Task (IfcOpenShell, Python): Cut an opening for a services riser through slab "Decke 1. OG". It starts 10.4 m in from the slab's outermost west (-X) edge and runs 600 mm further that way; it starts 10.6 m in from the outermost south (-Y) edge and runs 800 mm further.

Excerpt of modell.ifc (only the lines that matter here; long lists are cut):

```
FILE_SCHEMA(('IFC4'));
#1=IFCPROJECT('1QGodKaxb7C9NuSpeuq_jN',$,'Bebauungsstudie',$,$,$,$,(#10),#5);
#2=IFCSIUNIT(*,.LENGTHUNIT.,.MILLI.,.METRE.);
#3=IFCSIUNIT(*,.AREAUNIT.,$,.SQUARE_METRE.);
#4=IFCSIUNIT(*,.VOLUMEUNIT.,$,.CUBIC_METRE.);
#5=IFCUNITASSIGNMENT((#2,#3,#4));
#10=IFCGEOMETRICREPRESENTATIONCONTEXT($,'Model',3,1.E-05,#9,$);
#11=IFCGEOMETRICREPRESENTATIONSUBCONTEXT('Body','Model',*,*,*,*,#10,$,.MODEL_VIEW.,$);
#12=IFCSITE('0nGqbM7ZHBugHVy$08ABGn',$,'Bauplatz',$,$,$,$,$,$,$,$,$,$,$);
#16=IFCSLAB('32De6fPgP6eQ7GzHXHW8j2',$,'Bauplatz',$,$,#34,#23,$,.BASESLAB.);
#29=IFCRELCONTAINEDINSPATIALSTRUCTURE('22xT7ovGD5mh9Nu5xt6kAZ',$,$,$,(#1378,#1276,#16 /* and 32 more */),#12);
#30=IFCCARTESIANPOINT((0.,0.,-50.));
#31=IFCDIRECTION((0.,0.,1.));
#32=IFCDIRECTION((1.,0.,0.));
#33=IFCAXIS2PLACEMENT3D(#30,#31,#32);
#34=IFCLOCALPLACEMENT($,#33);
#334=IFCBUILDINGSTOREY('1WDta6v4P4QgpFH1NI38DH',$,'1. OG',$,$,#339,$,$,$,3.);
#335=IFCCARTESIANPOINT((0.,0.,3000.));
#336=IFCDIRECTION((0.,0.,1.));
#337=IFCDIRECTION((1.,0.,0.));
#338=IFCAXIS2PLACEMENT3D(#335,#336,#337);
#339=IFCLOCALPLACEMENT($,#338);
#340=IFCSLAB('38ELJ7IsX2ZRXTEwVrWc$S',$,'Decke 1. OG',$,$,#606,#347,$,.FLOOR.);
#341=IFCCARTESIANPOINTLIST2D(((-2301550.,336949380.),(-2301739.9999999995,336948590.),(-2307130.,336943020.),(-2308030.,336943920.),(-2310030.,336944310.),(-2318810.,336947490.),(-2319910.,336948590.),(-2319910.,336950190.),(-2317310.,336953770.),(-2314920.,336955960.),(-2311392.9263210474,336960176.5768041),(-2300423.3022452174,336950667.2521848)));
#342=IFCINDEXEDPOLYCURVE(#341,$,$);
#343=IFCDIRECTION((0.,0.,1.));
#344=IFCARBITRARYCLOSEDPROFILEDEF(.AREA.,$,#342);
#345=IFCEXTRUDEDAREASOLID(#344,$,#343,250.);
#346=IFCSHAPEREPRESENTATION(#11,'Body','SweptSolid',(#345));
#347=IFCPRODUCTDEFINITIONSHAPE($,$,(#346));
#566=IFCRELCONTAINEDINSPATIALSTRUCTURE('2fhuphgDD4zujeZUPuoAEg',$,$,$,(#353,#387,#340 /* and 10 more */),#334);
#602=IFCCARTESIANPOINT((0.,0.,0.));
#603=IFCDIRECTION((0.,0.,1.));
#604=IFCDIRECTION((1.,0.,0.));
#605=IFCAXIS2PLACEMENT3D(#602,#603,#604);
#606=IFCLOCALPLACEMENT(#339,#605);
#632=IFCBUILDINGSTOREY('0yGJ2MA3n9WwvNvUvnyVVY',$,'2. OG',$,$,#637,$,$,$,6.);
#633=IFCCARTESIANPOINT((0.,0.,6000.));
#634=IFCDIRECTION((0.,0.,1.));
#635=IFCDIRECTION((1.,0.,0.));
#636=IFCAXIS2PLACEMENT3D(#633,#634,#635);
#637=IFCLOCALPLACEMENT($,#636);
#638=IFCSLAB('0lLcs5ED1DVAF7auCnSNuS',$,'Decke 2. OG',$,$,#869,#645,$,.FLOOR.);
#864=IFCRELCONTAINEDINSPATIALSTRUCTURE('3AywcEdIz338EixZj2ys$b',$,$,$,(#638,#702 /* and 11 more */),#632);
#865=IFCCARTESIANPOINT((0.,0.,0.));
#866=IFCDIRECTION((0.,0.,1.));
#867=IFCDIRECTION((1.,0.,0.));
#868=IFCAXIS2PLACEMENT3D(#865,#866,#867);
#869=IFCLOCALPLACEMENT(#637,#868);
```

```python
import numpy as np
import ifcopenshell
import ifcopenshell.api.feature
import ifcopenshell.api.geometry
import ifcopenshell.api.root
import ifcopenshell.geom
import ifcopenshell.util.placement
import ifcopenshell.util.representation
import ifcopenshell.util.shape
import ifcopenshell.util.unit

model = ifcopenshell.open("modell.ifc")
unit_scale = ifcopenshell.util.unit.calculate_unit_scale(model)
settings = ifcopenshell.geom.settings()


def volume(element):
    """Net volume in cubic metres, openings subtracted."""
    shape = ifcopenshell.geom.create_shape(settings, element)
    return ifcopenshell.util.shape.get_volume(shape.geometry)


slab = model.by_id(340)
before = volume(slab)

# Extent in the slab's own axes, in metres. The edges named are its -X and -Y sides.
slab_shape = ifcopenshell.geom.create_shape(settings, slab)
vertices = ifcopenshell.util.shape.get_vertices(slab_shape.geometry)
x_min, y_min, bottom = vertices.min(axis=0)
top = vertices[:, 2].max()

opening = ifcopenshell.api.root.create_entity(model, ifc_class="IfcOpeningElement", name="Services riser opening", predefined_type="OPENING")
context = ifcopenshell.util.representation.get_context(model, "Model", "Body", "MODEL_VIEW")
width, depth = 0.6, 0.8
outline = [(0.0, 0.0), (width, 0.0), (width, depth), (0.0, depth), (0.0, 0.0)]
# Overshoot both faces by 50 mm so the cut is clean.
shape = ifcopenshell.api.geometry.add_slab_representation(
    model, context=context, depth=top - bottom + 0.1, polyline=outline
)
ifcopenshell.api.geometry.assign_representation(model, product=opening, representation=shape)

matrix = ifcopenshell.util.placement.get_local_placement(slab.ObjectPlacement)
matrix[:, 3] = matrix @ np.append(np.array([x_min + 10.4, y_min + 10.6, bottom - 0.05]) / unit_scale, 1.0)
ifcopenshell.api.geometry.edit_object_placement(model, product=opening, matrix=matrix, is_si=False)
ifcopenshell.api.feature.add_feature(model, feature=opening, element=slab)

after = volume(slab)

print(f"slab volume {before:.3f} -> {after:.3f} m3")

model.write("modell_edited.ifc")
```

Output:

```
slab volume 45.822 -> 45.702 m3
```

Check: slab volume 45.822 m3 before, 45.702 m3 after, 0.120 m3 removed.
################
▶ **What is expected**: After identifying the lines above that contain "IFCLOCALPLACEMENT", copy each one.

▶ **Solution to the exercise**:
#34=IFCLOCALPLACEMENT($,#33);
#339=IFCLOCALPLACEMENT($,#338);
#606=IFCLOCALPLACEMENT(#339,#605);
#637=IFCLOCALPLACEMENT($,#636);
#869=IFCLOCALPLACEMENT(#637,#868);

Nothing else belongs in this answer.